Seguindo a mesma lógica de produzir filmes inflamados para retratar as polêmicas da atualidade, Moreno lançará agora seu segundo documentário, “Silenciados”. Na esteira do debate em torno da maioridade penal, que no ano passado polarizou opiniões, seu novo longa conta o drama de vítimas de adolescentes menores de idade. “Silenciados” traz uma sequencia aterradora de depoimentos de famílias devastadas por crimes crueis, todos cometidos por jovens que, pela legislação atual, não podem ir para a prisão. O caso de maior repercussão é o assassinato de Victor Hugo Deppman, morto na porta de sua casa por causa de um celular. Na época o assaltante tinha 17 anos. Completou 18 anos três dias depois da tragédia.
O filme de Moreno conta um só lado da história. Não aborda outros aspectos, como argumentos de que os jovens infratores são vítimas de um contexto de desigualdade social. Com “Silenciados”, Moreno quer convencer os espectadores de que a proposta para reduzir a maioridade penal, hoje parada no Congresso, precisa avançar.
ÉPOCA – Como foi a decisão de fazer “Silenciados”?
Daniel Moreno – Os parentes das vítimas de violência são invisíveis para o cinema brasileiro. É muito mais comum ter um filme sobre a família do assassino do que sobre a vítima. Acho isso injusto. Como espectador, isso sempre me incomodou. Como realizador, decidir retratar essa realidade. Além disso, por que fazer um filme sobre mudança no código penal, sobre redução da maioridade? Porque é um tema com o qual o brasileiro está muito preocupado e, mais uma vez, o cinema não espelha, não reflete a preocupação do brasileiro que paga pelos filmes. Estou fazendo um documentário com o meu dinheiro, mas que espelha a visão dos brasileiros. Isso, na verdade, deveria estar sendo feito por quem usa dinheiro do governo. Essas mães e pais precisam falar. Eles não podem apenas ser manchete do jornal do dia e depois de uma semana ser esquecidos. É uma obrigação do cineasta ouvir essas pessoas.
ÉPOCA – Quantas famílias você ouviu para fazer “Silenciados”?
Moreno – Ouvi nove histórias, em detalhes, de mães e pais que perderam os filhos assassinados. Além de outros pais de forma menos detalhada.

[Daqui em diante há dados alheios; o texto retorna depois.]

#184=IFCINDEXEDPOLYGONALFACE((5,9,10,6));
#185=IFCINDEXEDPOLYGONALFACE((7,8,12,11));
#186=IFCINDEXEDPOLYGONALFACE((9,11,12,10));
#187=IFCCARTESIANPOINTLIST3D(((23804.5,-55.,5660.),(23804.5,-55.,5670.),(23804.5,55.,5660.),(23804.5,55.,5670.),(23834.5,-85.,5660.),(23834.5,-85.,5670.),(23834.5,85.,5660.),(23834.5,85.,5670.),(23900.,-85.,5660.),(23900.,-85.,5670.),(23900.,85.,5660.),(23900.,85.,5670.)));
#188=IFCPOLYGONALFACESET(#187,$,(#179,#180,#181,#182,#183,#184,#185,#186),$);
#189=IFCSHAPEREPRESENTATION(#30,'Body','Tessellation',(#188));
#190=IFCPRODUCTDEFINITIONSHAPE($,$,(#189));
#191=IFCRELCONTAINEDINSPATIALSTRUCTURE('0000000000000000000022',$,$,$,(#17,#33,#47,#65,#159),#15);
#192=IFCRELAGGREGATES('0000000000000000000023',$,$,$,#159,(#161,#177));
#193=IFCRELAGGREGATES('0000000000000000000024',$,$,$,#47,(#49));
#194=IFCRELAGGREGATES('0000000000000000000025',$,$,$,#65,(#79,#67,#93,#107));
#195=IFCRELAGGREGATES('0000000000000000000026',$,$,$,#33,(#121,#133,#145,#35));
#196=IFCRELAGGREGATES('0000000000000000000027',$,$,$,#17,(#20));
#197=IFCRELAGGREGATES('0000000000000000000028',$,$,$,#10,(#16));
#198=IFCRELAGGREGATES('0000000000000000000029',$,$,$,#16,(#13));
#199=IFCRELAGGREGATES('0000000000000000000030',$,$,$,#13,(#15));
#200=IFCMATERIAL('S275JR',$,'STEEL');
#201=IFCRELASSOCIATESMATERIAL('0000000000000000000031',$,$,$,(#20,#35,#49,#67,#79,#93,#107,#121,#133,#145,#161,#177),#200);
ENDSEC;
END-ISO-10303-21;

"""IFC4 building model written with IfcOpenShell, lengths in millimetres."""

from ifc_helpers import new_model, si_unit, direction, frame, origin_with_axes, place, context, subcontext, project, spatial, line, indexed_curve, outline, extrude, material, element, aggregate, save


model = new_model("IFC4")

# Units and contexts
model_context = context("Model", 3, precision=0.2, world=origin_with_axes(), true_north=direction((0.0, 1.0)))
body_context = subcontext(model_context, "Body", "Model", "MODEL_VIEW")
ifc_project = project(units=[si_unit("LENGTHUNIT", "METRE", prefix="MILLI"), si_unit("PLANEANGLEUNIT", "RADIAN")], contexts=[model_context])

ÉPOCA – Por que você não ouviu as famílias dos menores infratores? Mostrar o outro lado da história não enriqueceria a discussão?
Moreno – Tenho uma posição a respeito do tema, mas nem por isso deixei de ouvir as posições contrárias à minha. Fui atrás de representantes da Igreja Católica, de entidades contrárias à redução da maioridade penal. Se ouvir a história de uma mãe que teve a filha morta por um menor de idade, quero ouvir também a opinião de quem está dizendo que esse menor não pode responder. A Igreja Católica não quis gravar. A presidente da Fundação Casa também não. As ONG’s de direitos humanos não me receberam. A única entidade contrária à redução da maioridade penal que enviou um representante para falar comigo foi a Ordem dos Advogados do Brasil. Sempre somos cobrados desse contraponto, mas ninguém quis falar comigo.

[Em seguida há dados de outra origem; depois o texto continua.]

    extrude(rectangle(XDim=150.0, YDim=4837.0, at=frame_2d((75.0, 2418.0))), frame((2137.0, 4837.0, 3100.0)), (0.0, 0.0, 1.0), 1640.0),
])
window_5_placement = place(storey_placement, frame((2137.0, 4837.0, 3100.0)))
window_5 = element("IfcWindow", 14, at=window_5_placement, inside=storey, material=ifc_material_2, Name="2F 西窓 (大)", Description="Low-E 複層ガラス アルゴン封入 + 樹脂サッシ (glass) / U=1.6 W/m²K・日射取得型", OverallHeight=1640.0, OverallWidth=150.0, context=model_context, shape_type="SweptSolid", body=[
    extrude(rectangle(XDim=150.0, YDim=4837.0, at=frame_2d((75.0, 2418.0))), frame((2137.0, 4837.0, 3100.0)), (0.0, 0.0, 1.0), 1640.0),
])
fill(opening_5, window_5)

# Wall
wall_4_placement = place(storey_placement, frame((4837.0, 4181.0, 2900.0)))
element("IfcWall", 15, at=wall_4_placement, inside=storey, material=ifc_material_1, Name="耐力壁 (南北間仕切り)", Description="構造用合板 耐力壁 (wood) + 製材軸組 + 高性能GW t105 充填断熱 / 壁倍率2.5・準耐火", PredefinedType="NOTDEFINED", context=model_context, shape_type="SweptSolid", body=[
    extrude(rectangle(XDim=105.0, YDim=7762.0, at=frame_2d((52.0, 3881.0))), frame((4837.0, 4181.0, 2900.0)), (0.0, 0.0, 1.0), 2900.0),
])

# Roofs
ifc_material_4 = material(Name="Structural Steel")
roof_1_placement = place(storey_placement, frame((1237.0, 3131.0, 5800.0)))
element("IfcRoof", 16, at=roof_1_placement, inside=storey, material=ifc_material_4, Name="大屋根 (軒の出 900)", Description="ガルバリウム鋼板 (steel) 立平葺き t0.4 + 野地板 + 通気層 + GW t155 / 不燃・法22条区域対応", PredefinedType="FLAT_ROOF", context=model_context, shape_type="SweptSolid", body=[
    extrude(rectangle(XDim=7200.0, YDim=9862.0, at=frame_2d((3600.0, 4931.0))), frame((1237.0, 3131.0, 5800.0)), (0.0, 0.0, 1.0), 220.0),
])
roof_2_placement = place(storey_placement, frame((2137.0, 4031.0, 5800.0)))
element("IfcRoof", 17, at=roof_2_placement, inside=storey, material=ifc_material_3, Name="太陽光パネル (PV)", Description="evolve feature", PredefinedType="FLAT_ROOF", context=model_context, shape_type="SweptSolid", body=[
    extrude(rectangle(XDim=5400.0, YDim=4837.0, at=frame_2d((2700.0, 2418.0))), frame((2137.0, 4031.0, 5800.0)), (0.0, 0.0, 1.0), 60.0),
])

ÉPOCA – Existe o risco de o filme ficar muito parcial?
Moreno – Fui atrás das pessoas e elas não quiseram me responder. Por que a imprensa e a crítica não fazem essa cobrança para as dezenas ou centenas de filmes que são feitos com dinheiro público? Há muitos altamente parciais. Depois que cobrarem deles, aí a gente conversa sobre isso. “Silenciados” é o primeiro documentário brasileiro que dá voz às vítimas dessa violência banal. Não se trata da violência da polícia. Nem do sem-terra que tomou um tiro porque invadiu um terreno. Estou falando do cara que morre no semáforo à toa.
ÉPOCA – Qual é sua posição pessoal a respeito da redução da maioridade penal?

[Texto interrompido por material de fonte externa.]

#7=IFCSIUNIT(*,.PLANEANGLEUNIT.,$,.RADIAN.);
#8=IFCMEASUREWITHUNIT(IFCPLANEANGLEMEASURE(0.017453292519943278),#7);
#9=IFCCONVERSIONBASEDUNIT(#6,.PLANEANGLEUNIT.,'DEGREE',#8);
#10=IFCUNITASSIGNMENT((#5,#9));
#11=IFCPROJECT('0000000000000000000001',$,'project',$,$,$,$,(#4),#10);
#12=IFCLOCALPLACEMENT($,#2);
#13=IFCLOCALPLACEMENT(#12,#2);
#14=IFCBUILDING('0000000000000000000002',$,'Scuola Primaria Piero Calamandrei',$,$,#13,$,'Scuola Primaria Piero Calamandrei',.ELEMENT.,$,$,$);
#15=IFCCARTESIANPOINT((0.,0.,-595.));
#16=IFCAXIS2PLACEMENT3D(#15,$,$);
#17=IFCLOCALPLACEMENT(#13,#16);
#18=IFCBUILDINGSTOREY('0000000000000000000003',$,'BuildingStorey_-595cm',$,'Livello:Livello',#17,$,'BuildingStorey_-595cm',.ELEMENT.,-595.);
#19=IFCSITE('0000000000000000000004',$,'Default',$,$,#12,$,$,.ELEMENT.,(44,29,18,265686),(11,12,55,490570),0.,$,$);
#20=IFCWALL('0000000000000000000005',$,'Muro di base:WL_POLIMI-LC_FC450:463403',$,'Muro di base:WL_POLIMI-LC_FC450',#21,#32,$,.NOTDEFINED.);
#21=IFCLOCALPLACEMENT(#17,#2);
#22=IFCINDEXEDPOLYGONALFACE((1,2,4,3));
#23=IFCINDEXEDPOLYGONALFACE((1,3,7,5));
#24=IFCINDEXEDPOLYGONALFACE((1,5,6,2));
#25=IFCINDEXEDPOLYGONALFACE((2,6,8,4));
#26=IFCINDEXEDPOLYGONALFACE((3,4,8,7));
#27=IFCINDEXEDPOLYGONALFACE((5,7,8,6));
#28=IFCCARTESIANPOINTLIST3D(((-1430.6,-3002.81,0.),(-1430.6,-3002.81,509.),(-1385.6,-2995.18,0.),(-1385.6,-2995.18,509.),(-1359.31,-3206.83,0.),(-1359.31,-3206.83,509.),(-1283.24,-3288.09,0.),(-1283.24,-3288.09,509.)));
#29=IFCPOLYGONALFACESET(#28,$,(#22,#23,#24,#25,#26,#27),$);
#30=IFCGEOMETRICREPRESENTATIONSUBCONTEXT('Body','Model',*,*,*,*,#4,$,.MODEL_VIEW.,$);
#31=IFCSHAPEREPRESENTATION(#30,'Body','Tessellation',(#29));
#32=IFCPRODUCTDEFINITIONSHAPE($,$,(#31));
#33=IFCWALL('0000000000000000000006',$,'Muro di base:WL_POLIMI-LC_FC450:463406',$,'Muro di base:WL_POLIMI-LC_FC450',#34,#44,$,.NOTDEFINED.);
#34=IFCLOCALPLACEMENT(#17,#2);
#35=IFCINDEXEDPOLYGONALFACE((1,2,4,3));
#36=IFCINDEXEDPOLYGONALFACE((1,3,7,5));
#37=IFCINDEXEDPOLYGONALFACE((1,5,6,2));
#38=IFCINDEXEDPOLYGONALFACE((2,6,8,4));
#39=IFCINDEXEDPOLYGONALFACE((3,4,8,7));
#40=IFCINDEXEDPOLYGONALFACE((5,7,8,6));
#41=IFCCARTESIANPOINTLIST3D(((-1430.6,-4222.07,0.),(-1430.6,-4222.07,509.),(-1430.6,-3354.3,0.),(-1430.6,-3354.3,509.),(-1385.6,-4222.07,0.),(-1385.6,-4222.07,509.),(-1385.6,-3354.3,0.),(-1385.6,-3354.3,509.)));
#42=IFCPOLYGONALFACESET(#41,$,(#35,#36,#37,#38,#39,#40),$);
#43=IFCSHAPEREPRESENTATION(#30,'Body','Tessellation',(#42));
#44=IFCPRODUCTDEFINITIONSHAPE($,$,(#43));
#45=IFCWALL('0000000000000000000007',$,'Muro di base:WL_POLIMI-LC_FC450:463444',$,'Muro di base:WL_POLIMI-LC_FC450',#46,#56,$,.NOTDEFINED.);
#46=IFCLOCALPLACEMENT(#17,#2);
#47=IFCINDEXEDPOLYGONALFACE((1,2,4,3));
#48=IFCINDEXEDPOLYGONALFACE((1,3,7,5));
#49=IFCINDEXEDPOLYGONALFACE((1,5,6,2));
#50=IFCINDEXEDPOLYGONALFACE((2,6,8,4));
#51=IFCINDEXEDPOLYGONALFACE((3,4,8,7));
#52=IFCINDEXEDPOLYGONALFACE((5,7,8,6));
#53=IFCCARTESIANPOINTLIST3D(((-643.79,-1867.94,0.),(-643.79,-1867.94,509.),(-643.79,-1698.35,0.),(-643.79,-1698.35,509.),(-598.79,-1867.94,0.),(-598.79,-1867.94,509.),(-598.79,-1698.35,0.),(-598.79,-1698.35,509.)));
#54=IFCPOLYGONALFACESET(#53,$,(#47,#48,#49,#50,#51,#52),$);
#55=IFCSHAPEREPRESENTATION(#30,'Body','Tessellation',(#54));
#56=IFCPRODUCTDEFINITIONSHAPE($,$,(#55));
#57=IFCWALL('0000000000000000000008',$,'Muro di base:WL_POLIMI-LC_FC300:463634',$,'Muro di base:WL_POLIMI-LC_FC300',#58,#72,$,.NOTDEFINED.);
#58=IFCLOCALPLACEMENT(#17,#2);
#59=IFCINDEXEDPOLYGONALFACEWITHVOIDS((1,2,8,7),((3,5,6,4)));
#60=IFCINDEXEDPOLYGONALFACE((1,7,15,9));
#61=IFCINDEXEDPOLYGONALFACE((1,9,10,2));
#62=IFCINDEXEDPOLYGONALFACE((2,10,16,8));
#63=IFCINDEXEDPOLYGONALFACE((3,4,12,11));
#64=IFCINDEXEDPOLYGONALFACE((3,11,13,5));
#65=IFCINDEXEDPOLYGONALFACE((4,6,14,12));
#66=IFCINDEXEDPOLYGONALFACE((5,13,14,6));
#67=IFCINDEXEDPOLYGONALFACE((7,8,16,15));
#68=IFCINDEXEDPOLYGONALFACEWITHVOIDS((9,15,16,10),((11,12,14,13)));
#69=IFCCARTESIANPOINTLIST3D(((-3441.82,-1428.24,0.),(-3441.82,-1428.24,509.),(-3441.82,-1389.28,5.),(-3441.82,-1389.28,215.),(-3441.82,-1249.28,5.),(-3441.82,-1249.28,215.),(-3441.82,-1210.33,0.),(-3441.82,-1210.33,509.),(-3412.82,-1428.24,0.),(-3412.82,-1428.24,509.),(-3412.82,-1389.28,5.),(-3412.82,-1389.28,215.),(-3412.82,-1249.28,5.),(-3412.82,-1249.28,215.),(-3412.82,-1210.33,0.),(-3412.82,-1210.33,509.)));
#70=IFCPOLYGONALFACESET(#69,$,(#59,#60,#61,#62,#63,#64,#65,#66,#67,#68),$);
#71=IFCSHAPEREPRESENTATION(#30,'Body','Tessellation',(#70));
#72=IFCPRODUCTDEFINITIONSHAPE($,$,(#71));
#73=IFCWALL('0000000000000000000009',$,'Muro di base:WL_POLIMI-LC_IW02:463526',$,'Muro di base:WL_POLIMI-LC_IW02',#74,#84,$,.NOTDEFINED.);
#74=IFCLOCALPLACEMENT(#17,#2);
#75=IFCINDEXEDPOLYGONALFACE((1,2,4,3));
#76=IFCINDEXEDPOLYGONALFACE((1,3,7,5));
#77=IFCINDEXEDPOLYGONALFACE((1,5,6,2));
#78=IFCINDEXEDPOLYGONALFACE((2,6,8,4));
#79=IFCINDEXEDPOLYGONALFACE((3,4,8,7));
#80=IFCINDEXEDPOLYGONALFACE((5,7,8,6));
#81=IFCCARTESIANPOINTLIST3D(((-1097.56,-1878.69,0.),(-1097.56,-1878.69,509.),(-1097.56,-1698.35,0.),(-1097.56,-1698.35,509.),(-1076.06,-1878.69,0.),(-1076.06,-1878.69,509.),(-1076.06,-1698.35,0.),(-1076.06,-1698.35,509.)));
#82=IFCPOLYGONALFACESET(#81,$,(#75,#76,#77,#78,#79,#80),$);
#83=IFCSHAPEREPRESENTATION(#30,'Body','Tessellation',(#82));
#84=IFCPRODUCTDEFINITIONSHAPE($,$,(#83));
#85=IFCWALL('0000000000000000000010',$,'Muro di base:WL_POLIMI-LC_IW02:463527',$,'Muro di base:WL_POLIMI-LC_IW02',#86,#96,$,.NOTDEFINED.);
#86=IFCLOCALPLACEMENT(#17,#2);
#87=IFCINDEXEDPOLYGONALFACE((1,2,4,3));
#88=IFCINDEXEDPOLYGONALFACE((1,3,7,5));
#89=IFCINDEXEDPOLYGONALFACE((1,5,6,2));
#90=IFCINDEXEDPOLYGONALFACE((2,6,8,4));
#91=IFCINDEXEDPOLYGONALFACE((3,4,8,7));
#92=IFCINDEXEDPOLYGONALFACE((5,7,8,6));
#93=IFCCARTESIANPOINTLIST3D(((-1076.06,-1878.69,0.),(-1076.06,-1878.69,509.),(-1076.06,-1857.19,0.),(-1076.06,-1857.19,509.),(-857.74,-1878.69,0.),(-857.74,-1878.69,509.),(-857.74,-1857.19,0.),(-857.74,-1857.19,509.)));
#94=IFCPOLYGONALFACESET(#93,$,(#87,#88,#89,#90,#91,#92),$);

Moreno – Todo crime deveria ser julgado por si próprio. Não pelo criminoso que o cometeu. É impossível saber se uma pessoa é psicologicamente ou intelectualmente capaz de reconhecer a gravidade do que ela está fazendo. Independentemente se um garoto tem 12 ou 17 anos, se ele comete um assassinato precisa responder pelo assassinato.
ÉPOCA – Nos seus documentários, você aborda temas delicados. Como o público reagiu até agora a eles?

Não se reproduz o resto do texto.